Cuando me convertí en el máximo exagerador del mundo,
fundé mi propia sociedad personal,
secreta, escondida a simple vista,
donde no fui admitido por ser considerado
desconsiderado ¡e impredecible!
¡Qué insulto más amable!

Traigo conmigo lo no-poseíble.
Regalo perdición, altibajos,
y contradicciones afines.

La poesía me dio lo inconcebible,
con sus verdades, falsamente ciertas,
difusiones difusas, incomprobadas e
incuestionables, aunque discutibles,
la exactitud de todos los misterios,
la vaguedad de todas las certezas,
superando, así, lo inalcanzable.

Te confieso lo manifiesto:
Hallo satisfacción en el inconformismo,
produzco incomodidad porque es mi confort favorito.

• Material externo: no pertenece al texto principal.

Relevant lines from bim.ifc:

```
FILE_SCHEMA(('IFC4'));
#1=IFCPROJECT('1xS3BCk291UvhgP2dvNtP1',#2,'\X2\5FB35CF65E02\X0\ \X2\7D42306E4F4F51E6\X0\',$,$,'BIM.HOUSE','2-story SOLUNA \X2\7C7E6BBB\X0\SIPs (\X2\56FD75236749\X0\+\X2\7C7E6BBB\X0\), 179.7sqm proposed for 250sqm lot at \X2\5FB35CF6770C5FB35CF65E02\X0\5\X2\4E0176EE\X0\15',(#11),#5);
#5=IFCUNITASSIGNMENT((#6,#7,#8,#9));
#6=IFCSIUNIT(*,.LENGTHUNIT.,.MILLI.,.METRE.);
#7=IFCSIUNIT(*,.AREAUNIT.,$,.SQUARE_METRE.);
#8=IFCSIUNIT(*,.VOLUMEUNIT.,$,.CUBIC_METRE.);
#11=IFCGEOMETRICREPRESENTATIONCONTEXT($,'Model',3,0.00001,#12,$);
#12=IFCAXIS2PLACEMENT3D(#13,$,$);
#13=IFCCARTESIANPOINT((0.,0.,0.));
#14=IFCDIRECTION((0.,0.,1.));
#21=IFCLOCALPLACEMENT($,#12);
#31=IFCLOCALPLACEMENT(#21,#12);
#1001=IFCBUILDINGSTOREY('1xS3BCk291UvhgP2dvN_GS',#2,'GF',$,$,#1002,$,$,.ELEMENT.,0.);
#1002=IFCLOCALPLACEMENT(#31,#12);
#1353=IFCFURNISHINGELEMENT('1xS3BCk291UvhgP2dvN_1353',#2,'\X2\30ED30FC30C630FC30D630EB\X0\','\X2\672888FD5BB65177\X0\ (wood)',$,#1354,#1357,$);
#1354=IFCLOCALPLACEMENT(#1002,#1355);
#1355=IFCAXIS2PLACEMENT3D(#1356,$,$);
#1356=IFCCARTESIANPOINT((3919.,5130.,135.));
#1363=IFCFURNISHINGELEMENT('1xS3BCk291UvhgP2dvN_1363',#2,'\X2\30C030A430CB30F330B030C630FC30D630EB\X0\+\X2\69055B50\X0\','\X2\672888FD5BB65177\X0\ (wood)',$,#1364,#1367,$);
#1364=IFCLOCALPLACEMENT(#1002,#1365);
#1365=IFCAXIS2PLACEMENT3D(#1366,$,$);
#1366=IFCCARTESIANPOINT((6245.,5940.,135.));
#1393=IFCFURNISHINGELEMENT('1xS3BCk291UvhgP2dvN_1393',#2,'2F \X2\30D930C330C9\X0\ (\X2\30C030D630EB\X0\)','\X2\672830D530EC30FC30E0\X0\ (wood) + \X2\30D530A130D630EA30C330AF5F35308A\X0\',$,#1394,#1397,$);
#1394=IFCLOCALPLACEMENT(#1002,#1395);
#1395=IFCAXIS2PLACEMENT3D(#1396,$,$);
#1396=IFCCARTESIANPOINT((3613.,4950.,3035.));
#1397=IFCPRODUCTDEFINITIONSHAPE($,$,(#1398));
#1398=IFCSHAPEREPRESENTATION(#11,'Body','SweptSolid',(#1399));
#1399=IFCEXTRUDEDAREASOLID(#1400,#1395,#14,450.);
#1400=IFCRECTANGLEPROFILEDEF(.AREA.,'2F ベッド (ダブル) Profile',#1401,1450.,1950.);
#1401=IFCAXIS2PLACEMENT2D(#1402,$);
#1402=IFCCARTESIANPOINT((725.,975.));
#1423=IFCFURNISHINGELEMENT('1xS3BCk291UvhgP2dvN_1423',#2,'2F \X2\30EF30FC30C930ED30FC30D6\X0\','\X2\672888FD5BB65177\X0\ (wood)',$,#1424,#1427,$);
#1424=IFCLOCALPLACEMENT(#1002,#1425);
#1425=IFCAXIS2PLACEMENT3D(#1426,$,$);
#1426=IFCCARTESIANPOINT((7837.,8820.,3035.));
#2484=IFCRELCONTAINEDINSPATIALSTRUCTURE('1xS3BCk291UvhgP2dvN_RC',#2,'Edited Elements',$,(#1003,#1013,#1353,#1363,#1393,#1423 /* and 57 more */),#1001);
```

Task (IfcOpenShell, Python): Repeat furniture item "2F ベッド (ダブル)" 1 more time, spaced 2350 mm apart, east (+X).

```python
import numpy as np
import ifcopenshell
import ifcopenshell.api.geometry
import ifcopenshell.api.root
import ifcopenshell.util.element
import ifcopenshell.util.placement
import ifcopenshell.util.unit

model = ifcopenshell.open("bim.ifc")
unit_scale = ifcopenshell.util.unit.calculate_unit_scale(model)


def reuse_history(source, copy):
    """copy_class also copies each property set's owner history, people and application; keep the originals."""
    for rel in copy.IsDefinedBy:
        if rel.is_a("IfcRelDefinesByProperties") and (history := rel.RelatingPropertyDefinition.OwnerHistory):
            rel.RelatingPropertyDefinition.OwnerHistory = source.OwnerHistory
            ifcopenshell.util.element.remove_deep2(model, history)


source = model.by_id(1393)
base = ifcopenshell.util.placement.get_local_placement(source.ObjectPlacement)
step = np.array([1.0, 0.0, 0.0]) * 2.35 / unit_scale

for i in range(1, 2):
    copy = ifcopenshell.api.root.copy_class(model, product=source)
    copy.Representation = ifcopenshell.util.element.copy_deep(
        model, source.Representation, exclude=["IfcGeometricRepresentationContext", "IfcRepresentationMap"]
    )
    reuse_history(source, copy)
    matrix = base.copy()
    matrix[:3, 3] += i * step
    print("added at", matrix[:3, 3].round(3) + 0.0)
    ifcopenshell.api.geometry.edit_object_placement(model, product=copy, matrix=matrix, is_si=False)

model.write("bim-out.ifc")
```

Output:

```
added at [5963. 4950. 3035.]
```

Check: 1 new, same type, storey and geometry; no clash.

En este sin parar irregular,
de calma arrasadora,
la lágrima feliz, solloza, trovadora.

Por agridulce que sea lo tragicómico,
amamos odiar
los dolorosos placeres.

Mis ajen@s,
con esta gran humildad que poseo,
con intrincada precisión, les expreso
este fastidioso entretenimiento,
a riesgo, seguramente,
a pesar de elevar
el grado de susceptibilidad de les eufemistas,
me declaro un descarado,
que se jacta del simple acto
de poetizar,
de una manera o de otra,
de estar
en pos de ir en contra.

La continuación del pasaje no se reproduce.